If anything, I would want this in Base since it's such a basic operation. If the pooled type idea is independent of NA masking, maybe it can be separated from data arrays too?

lindahua commented 10 years ago

Pooled data arrays use zero index to indicate missing values, and they do not rely on NA.

I agree that moving these stuff to Base is reasonable.

johnmyleswhite commented 10 years ago

I have to confess that I'm pretty unsure what's being discussed. The 1D contingency table is just the simple countmaps function, no? Do we have support for n-dimensional tables already?

The full PooledDataArray structure probably doesn't belong in Base unless we intend to put NA in Base.

That said, I actually think there's something to be said for putting DataArrays in Base, since it's such a fundamental construction and needs a lot of integration with the language if we want to provide a fluent statistical experience. But that seems like a discussion for another day.

lindahua commented 10 years ago

Yes, I am considering the support of multi-way contingency table.

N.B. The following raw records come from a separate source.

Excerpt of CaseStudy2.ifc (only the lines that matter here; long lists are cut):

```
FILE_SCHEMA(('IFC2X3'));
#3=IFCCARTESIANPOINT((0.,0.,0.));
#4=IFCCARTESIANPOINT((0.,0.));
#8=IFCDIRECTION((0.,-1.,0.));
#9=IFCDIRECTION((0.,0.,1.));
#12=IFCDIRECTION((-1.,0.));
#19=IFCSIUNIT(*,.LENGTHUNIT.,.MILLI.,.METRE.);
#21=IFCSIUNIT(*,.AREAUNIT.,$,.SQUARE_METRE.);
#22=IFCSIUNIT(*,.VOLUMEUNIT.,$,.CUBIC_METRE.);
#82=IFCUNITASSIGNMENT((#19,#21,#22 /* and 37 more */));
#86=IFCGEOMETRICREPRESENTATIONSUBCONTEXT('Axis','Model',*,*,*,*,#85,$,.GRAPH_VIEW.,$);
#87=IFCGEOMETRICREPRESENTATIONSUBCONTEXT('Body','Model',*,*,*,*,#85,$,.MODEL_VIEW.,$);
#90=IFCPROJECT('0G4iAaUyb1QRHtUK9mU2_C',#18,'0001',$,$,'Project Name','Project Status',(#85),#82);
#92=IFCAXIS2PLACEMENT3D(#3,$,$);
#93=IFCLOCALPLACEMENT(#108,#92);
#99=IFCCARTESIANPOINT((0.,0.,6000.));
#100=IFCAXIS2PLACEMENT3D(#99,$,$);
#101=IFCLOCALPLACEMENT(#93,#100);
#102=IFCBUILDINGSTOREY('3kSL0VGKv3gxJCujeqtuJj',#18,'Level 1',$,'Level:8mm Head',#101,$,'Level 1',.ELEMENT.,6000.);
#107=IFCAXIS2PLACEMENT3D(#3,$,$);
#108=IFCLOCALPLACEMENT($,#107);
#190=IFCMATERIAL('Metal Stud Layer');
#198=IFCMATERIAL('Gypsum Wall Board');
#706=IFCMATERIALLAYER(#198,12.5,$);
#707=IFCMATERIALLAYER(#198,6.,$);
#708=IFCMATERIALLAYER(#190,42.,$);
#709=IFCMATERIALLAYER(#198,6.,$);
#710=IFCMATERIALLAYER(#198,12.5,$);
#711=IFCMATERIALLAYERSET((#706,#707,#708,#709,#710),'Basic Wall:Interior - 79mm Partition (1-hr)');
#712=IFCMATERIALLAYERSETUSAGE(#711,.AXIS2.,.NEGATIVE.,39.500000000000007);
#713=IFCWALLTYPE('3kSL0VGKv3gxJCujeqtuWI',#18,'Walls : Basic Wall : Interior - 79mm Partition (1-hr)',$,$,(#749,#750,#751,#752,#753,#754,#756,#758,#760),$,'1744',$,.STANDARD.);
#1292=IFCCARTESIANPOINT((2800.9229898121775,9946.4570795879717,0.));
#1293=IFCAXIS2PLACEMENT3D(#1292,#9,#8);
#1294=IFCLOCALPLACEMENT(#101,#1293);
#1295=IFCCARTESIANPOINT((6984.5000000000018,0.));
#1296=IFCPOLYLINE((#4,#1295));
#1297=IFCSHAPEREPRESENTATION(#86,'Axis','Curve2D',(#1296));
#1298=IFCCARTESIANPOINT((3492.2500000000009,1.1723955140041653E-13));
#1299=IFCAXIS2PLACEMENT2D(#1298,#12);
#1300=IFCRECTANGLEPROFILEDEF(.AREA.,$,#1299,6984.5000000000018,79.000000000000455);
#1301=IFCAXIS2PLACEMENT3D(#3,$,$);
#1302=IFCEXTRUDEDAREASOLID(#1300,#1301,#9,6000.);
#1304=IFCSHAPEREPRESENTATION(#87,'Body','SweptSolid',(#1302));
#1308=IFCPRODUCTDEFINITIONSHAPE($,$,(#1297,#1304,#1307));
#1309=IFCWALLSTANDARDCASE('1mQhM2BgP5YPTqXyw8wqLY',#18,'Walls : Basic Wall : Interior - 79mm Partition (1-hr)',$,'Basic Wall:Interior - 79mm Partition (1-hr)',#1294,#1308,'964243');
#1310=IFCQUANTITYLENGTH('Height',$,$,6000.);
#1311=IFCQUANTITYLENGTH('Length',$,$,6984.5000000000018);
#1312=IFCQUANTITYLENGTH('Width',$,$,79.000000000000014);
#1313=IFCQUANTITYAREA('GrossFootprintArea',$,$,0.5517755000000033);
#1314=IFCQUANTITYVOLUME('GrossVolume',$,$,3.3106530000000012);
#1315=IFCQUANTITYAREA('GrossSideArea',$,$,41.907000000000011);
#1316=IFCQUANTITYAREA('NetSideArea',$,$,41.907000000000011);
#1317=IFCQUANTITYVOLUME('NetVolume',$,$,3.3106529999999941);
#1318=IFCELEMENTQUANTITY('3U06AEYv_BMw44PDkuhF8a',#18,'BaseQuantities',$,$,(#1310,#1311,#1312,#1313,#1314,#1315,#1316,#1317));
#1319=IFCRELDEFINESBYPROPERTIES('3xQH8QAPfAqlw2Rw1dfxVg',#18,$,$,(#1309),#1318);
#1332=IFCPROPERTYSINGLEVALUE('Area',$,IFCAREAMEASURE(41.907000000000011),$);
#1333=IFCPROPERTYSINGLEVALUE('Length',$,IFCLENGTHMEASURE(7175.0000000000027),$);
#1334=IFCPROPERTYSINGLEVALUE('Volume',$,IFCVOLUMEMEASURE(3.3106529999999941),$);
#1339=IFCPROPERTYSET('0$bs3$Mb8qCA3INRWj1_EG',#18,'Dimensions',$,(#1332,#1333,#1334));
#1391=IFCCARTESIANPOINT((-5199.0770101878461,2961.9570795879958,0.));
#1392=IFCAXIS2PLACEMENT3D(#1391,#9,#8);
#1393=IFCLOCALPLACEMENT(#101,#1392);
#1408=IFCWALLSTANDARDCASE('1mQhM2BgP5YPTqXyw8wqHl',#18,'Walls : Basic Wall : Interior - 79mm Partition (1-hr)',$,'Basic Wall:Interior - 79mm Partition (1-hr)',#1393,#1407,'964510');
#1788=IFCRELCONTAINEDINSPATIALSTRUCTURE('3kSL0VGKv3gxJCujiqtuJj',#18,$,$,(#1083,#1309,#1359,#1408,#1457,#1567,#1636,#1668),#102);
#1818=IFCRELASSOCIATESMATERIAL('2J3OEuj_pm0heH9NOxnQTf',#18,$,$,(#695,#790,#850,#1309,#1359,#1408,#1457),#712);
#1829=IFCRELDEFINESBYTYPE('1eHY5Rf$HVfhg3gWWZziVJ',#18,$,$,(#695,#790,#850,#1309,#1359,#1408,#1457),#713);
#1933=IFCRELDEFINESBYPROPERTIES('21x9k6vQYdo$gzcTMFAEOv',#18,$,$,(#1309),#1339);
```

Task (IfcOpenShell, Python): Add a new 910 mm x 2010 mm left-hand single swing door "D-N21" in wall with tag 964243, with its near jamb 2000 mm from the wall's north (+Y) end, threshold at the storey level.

```python
import numpy as np
import ifcopenshell
import ifcopenshell.api.feature
import ifcopenshell.api.geometry
import ifcopenshell.api.pset
import ifcopenshell.api.root
import ifcopenshell.api.spatial
import ifcopenshell.api.type
import ifcopenshell.geom
import ifcopenshell.util.element
import ifcopenshell.util.placement
import ifcopenshell.util.representation
import ifcopenshell.util.shape
import ifcopenshell.util.unit

model = ifcopenshell.open("CaseStudy2.ifc")
unit_scale = ifcopenshell.util.unit.calculate_unit_scale(model)
area_scale = ifcopenshell.util.unit.calculate_unit_scale(model, "AREAUNIT")
volume_scale = ifcopenshell.util.unit.calculate_unit_scale(model, "VOLUMEUNIT")
settings = ifcopenshell.geom.settings()


def volume(element):
    """Net volume in cubic metres, openings subtracted."""
    shape = ifcopenshell.geom.create_shape(settings, element)
    return ifcopenshell.util.shape.get_volume(shape.geometry)


wall = model.by_id(1309)
storey = ifcopenshell.util.element.get_container(wall, ifc_class="IfcBuildingStorey")
context = ifcopenshell.util.representation.get_context(model, "Model", "Body", "MODEL_VIEW")
before = volume(wall)

width, height, from_end, sill = 0.91, 2.01, 2, 0.0  # metres

# The wall runs along its own X axis, and the end named is its -X end.
wall_shape = ifcopenshell.geom.create_shape(settings, wall)
x, y, z = ifcopenshell.util.shape.get_vertices(wall_shape.geometry).T
start = x.min() + from_end
face, thickness = float(y.min()), float(y.max() - y.min())
wall_matrix = ifcopenshell.util.placement.get_local_placement(wall.ObjectPlacement)
level = ifcopenshell.util.placement.get_local_placement(storey.ObjectPlacement)[2, 3]


def in_wall(x, y):
    """Placement at x, y metres in the wall's axes, at sill height."""
    matrix = wall_matrix.copy()
    matrix[:, 3] = wall_matrix @ np.array([x / unit_scale, y / unit_scale, 0.0, 1.0])
    matrix[2, 3] = level + sill / unit_scale
    return matrix


# Opening: a box that overshoots both wall faces by 50 mm.
opening = ifcopenshell.api.root.create_entity(model, ifc_class="IfcOpeningElement")
box = ifcopenshell.api.geometry.add_wall_representation(
    model, context=context, length=width, height=height, thickness=thickness + 0.1
)
ifcopenshell.api.geometry.assign_representation(model, product=opening, representation=box)
ifcopenshell.api.geometry.edit_object_placement(model, product=opening, matrix=in_wall(start, face - 0.05), is_si=False)
ifcopenshell.api.feature.add_feature(model, feature=opening, element=wall)

door = ifcopenshell.api.root.create_entity(model, ifc_class="IfcDoor", name="D-N21")
door.OverallWidth, door.OverallHeight = width / unit_scale, height / unit_scale
body = ifcopenshell.api.geometry.add_door_representation(
    model,
    context=context,
    overall_width=door.OverallWidth,
    overall_height=door.OverallHeight,
    operation_type="SINGLE_SWING_LEFT",
    lining_properties={"LiningDepth": thickness / unit_scale, "ThresholdDepth": thickness / unit_scale},
)
ifcopenshell.api.geometry.assign_representation(model, product=door, representation=body)
ifcopenshell.api.spatial.assign_container(model, products=[door], relating_structure=storey)
fills = ifcopenshell.api.feature.add_filling(model, opening=opening, element=door)
fills.OwnerHistory = door.OwnerHistory  # required in IFC2X3

# IFC2X3 keeps the operation on the door style.
style = ifcopenshell.api.root.create_entity(model, ifc_class="IfcDoorStyle", name="D-N21")
style.OperationType, style.ConstructionType = "SINGLE_SWING_LEFT", "NOTDEFINED"
style.ParameterTakesPrecedence = style.Sizeable = False
ifcopenshell.api.type.assign_type(model, related_objects=[door], relating_type=style)

# The lining spans the wall, so the door starts at the wall face.
ifcopenshell.api.geometry.edit_object_placement(model, product=door, matrix=in_wall(start, face), is_si=False)

after = volume(wall)

# Update the wall's stored quantities.
qto = model.by_id(ifcopenshell.util.element.get_pset(wall, "BaseQuantities", should_inherit=False)["id"])
ifcopenshell.api.pset.edit_qto(model, qto=qto, properties={
    "NetSideArea": after / thickness / area_scale,
    "NetVolume": after / volume_scale,
})
pset = model.by_id(ifcopenshell.util.element.get_pset(wall, "Dimensions", should_inherit=False)["id"])
ifcopenshell.api.pset.edit_pset(model, pset=pset, properties={
    "Area": model.create_entity("IfcAreaMeasure", after / thickness / area_scale),
    "Volume": model.create_entity("IfcVolumeMeasure", after / volume_scale),
})

print(f"wall volume {before:.3f} -> {after:.3f} m3")

model.write("CaseStudy2-out.ifc")
```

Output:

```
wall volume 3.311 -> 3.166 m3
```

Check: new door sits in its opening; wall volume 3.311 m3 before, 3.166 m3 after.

johnmyleswhite commented 10 years ago

How would one use a PooledDataArray to represent a multi-way contingency table efficiently? It seems like the simplest data structure would be something more like a DataFrame in which you store the Cartesian product of all unique values of every indexed variable?

lindahua commented 10 years ago

What I mean is input pooled arrays, and output an ordinary matrix/array.

johnmyleswhite commented 10 years ago

Oh, that certainly seems like it has to go into DataArrays. But doesn't one often want to do this kind of calculation on standard Julia arrays, so that the "original" definition needs to happen in Stats?

nalimilan commented 10 years ago

Yeah, I think we still need a function building multidimensional tables from standard AbstractVectors. Even if it's less efficient, in some cases you may not want to work with a PooledDataVector. As I said, I have some code here, I can post somewhere if you want.

lindahua commented 10 years ago

Ok, let me be more specific. This issue is to seek the optimal approach to frequency/contingency tables. Implementation is not difficult, the question that needs discussion is the interface design.

Consider you have two lists of values, as

x = ["a", "a", "b", "b", "a", "a", "b"]
y = [1, 1, 2, 3, 1, 2, 3]

Let's call the function contingencies for now (we can debate the name in #31).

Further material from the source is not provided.